The room is amazing. African masks are hung on the wall and a large double bed awaits me. I jump onto the crisp, white sheets. I could get used to this for the next two weeks. I sit up and walk over to the balcony door. The view is amazing. Just endless blue. I watch as birds dive-bomb the water. Sending up white foam. I close my eyes. I wonder what it would be like to be a bird. To have that endless freedom.

"Do you like it?" I open my eyes and turn. Mum is stood at the door which links our two rooms. I come back into the room and the air conditioning sucks the heat off my skin.

"It's amazing!" She smiles.

"We're going down to the pool. Want to come?" I shake my head.

"But I dunno what I'm gonna do." I shove my hands in my pockets. Mum thinks for a moment.
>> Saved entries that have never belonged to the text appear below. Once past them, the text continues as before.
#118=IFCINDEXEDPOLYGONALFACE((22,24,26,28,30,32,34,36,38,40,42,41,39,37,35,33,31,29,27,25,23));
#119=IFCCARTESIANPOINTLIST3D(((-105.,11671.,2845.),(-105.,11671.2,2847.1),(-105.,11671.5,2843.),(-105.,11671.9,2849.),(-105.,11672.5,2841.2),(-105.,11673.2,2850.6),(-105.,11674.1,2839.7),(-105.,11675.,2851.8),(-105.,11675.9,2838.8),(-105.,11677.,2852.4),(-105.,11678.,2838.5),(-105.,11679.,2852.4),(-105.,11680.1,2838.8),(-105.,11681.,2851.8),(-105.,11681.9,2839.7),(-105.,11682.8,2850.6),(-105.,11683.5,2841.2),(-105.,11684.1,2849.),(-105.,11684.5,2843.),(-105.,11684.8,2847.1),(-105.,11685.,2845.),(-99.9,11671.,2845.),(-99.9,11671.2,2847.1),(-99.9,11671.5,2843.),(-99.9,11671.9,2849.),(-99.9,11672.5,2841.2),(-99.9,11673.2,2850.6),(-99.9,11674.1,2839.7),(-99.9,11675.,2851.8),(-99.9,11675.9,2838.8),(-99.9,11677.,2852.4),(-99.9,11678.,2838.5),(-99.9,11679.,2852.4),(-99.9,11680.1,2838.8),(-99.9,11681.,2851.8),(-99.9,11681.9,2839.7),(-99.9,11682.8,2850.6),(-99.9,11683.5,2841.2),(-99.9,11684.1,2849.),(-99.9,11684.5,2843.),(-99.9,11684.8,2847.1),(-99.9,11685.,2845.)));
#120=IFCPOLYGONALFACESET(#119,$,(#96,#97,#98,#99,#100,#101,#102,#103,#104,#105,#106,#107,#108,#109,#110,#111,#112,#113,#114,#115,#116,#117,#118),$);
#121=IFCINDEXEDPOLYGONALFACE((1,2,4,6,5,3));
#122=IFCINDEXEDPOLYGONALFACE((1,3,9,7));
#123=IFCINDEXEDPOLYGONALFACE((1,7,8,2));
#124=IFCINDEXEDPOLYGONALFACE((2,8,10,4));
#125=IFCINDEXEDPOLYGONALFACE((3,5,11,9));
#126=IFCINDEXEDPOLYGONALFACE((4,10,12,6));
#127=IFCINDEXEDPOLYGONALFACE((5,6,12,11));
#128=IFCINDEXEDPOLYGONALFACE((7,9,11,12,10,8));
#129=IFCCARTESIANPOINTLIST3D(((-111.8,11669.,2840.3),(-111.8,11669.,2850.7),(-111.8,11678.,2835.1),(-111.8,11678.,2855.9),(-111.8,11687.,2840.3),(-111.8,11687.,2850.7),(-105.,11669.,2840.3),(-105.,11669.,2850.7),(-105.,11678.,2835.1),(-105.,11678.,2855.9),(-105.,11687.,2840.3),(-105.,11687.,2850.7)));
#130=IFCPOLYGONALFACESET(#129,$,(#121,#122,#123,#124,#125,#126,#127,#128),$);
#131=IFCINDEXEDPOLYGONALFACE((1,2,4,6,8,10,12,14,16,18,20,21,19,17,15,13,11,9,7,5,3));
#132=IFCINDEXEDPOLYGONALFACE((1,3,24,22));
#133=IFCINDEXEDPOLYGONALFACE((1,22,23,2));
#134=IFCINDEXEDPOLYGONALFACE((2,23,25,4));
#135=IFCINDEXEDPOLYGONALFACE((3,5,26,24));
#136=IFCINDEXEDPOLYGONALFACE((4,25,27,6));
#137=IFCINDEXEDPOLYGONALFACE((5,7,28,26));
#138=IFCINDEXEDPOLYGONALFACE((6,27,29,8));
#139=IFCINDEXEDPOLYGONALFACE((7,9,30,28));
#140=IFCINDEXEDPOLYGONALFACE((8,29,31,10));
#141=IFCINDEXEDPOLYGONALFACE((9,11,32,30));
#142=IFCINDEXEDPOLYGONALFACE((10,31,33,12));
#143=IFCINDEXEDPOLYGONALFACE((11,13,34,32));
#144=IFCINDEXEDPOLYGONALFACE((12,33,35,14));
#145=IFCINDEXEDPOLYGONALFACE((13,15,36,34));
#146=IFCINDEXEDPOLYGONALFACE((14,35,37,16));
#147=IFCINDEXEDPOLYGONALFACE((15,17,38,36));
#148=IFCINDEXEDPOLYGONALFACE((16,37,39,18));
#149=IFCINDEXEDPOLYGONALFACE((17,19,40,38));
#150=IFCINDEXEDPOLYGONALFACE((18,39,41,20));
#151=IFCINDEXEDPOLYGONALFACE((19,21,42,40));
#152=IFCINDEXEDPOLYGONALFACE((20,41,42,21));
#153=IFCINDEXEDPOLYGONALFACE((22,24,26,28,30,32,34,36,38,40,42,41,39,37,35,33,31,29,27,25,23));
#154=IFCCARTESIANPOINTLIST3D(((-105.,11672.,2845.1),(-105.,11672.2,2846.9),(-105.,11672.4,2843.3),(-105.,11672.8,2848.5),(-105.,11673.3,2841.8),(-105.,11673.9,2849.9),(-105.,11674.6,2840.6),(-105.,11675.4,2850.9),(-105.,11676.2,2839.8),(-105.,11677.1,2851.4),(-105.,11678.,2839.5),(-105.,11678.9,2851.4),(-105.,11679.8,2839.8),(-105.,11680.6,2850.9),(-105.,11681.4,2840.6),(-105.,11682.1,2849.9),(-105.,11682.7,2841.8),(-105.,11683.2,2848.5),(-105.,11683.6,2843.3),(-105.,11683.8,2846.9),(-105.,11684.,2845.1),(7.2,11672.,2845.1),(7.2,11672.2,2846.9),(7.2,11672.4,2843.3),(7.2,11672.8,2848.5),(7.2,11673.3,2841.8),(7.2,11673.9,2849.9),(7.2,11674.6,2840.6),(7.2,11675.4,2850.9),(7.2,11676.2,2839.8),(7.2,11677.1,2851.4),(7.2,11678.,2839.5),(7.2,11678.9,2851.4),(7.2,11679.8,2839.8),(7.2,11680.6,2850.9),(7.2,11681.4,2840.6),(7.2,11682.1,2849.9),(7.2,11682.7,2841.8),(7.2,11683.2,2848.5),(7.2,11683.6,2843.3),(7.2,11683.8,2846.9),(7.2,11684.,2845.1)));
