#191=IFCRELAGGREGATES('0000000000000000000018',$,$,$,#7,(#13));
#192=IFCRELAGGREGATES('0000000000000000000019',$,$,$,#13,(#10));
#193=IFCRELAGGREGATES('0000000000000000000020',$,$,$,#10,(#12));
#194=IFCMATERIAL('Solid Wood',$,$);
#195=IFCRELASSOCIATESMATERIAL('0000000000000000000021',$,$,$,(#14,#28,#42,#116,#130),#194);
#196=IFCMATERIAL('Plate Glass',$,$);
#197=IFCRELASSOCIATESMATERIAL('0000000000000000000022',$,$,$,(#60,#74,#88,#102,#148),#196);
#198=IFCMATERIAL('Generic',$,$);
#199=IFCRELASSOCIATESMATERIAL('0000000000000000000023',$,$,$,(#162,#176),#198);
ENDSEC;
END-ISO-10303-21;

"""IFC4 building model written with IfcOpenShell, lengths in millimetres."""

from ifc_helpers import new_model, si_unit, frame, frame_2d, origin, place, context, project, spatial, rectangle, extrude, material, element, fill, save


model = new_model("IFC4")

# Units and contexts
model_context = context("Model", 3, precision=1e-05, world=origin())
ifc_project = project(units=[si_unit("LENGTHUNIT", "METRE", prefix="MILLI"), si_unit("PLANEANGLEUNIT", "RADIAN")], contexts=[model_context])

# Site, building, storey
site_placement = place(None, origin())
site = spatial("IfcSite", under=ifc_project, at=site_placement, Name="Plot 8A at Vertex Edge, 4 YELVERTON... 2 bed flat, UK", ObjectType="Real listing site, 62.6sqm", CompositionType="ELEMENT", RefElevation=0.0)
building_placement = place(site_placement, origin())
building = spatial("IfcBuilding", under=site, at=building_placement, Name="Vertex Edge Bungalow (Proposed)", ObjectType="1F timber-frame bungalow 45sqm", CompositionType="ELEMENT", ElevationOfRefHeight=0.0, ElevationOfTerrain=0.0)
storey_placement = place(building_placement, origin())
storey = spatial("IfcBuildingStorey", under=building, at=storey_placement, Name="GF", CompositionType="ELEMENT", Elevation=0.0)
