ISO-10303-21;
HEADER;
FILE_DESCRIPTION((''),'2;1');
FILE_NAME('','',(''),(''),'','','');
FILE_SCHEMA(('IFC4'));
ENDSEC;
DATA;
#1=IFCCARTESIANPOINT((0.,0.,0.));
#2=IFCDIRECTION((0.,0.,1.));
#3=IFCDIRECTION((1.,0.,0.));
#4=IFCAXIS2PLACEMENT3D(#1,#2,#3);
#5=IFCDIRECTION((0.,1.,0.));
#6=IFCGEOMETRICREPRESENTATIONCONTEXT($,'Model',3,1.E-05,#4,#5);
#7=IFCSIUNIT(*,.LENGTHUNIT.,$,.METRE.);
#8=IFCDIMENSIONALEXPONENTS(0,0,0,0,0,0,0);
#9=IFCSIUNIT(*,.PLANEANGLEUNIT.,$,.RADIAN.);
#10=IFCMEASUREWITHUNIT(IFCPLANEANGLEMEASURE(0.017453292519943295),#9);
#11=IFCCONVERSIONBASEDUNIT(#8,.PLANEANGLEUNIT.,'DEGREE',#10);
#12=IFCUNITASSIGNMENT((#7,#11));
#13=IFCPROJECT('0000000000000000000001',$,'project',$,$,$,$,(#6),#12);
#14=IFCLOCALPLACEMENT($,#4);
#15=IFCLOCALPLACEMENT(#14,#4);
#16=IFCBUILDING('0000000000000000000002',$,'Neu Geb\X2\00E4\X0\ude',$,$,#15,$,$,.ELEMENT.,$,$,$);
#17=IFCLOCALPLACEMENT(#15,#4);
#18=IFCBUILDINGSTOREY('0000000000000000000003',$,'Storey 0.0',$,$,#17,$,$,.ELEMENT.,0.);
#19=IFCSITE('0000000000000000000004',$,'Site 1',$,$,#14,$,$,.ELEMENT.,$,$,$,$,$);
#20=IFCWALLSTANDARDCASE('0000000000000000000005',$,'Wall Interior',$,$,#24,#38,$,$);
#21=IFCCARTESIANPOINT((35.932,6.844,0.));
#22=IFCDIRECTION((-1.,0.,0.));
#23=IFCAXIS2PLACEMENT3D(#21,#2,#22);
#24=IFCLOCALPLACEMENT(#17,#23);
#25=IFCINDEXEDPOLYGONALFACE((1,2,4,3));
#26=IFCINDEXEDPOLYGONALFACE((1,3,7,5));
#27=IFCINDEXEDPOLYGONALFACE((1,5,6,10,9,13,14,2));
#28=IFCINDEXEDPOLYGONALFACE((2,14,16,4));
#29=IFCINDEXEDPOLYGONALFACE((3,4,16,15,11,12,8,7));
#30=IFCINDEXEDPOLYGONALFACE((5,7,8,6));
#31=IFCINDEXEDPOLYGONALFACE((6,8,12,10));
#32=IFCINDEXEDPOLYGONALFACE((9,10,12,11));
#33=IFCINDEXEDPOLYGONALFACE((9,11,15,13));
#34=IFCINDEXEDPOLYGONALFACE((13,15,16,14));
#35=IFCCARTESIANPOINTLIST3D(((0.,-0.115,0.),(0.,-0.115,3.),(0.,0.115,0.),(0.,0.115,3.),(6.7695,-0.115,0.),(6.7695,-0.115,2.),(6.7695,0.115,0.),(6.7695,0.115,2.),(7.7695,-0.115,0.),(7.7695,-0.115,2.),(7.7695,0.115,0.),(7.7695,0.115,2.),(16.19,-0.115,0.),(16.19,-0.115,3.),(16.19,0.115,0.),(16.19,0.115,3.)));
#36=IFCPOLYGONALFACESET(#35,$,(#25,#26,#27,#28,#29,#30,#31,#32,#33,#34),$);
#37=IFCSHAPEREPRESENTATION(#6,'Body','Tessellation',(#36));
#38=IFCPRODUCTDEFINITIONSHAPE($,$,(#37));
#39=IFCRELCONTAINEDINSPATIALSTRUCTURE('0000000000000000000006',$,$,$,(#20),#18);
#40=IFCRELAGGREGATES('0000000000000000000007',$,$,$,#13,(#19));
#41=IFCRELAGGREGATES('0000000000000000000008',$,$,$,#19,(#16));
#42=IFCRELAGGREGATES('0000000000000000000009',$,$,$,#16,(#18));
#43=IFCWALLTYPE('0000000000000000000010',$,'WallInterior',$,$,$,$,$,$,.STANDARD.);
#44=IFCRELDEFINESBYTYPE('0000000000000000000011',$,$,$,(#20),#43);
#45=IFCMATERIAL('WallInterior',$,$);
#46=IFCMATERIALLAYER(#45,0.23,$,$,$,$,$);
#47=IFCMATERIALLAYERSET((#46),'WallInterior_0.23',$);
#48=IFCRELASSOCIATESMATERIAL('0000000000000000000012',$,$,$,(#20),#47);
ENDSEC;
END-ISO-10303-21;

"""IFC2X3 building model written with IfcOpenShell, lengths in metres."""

from ifc_helpers import new_model, entity, si_unit, converted_unit, direction, frame, origin_with_axes, place, context, project, spatial, polyline, outline, extrude, material, layer, layer_set, layer_usage, type_object, element, save


model = new_model("IFC2X3")

# Units and contexts
model_context = context("Model", 3, precision=1e-05, world=origin_with_axes(), true_north=direction((0.0, 1.0, 0.0)))
ifc_project = project(units=[si_unit("LENGTHUNIT", "METRE"), converted_unit("PLANEANGLEUNIT", "DEGREE", entity("IfcPlaneAngleMeasure", 0.017453292519943295), si_unit("PLANEANGLEUNIT", "RADIAN"), dimensions=[0, 0, 0, 0, 0, 0, 0])], contexts=[model_context])

# Site, building, storey
site_placement = place(None, origin_with_axes())
site = spatial("IfcSite", under=ifc_project, at=site_placement, Name="Site 1", CompositionType="ELEMENT")
building_placement = place(site_placement, origin_with_axes())
building = spatial("IfcBuilding", under=site, at=building_placement, Name="Neu Gebäude", CompositionType="ELEMENT")
storey_placement = place(building_placement, origin_with_axes())
storey = spatial("IfcBuildingStorey", under=building, at=storey_placement, Name="Storey 0.0", CompositionType="ELEMENT", Elevation=0.0)

# Shared definitions
ifc_material_1 = material(Name="WallInterior")
ifc_layer_1 = layer(ifc_material_1, 0.23)
ifc_layer_set_1 = layer_set([ifc_layer_1], Name="WallInterior_0.23")
ifc_layer_usage_1 = layer_usage(ifc_layer_set_1, "AXIS2", "POSITIVE", -0.115)
wall_type_1 = type_object("IfcWallType", Name="WallInterior", PredefinedType="STANDARD")

# Wall, opening
wall_1_placement = place(storey_placement, frame((35.932, 6.844, 0.0), z_axis=(0.0, 0.0, 1.0), x_axis=(-1.0, 0.0, 0.0)))
wall_1 = element("IfcWallStandardCase", 1, at=wall_1_placement, inside=storey, type_object=wall_type_1, material=ifc_layer_usage_1, Name="Wall Interior", context=model_context, shape_type="SweptSolid", body=[
    extrude(outline(polyline([(0.0, -0.115), (16.19, -0.115), (16.19, 0.115), (0.0, 0.115), (0.0, -0.115)])), origin_with_axes(), (0.0, 0.0, 1.0), 3.0),
])
opening_1_placement = place(wall_1_placement, frame((7.2695, 0.0, 0.0), z_axis=(0.0, 0.0, 1.0), x_axis=(1.0, 0.0, 0.0)))
element("IfcOpeningElement", 2, at=opening_1_placement, cuts=wall_1, context=model_context, shape_type="SweptSolid", body=[
    extrude(outline(polyline([(-0.5, 0.252), (0.5, 0.252), (0.5, -0.252), (-0.5, -0.252), (-0.5, 0.252)])), origin_with_axes(), (0.0, 0.0, 1.0), 2.0),
])

save(model, "model.ifc")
"Why not order an in room movie and help yourself to the mini bar? My treat." I grin and hug her tight. I hear the door clunk shut and I raid the mini bar, settling for a bag of pretzels, gummy bears and some chocolate milk thing. I begin to look at the TV channels and look through the lists of films that are in various different languages. I finally find a film. It's a brand new one that just left the cinemas. I smile at the title. Zombies: The Final Fight. As the heroes battle their way to the rescue ship I realise how cool it would be to escape from a zombie apocalypse. Shame it'll never come real though.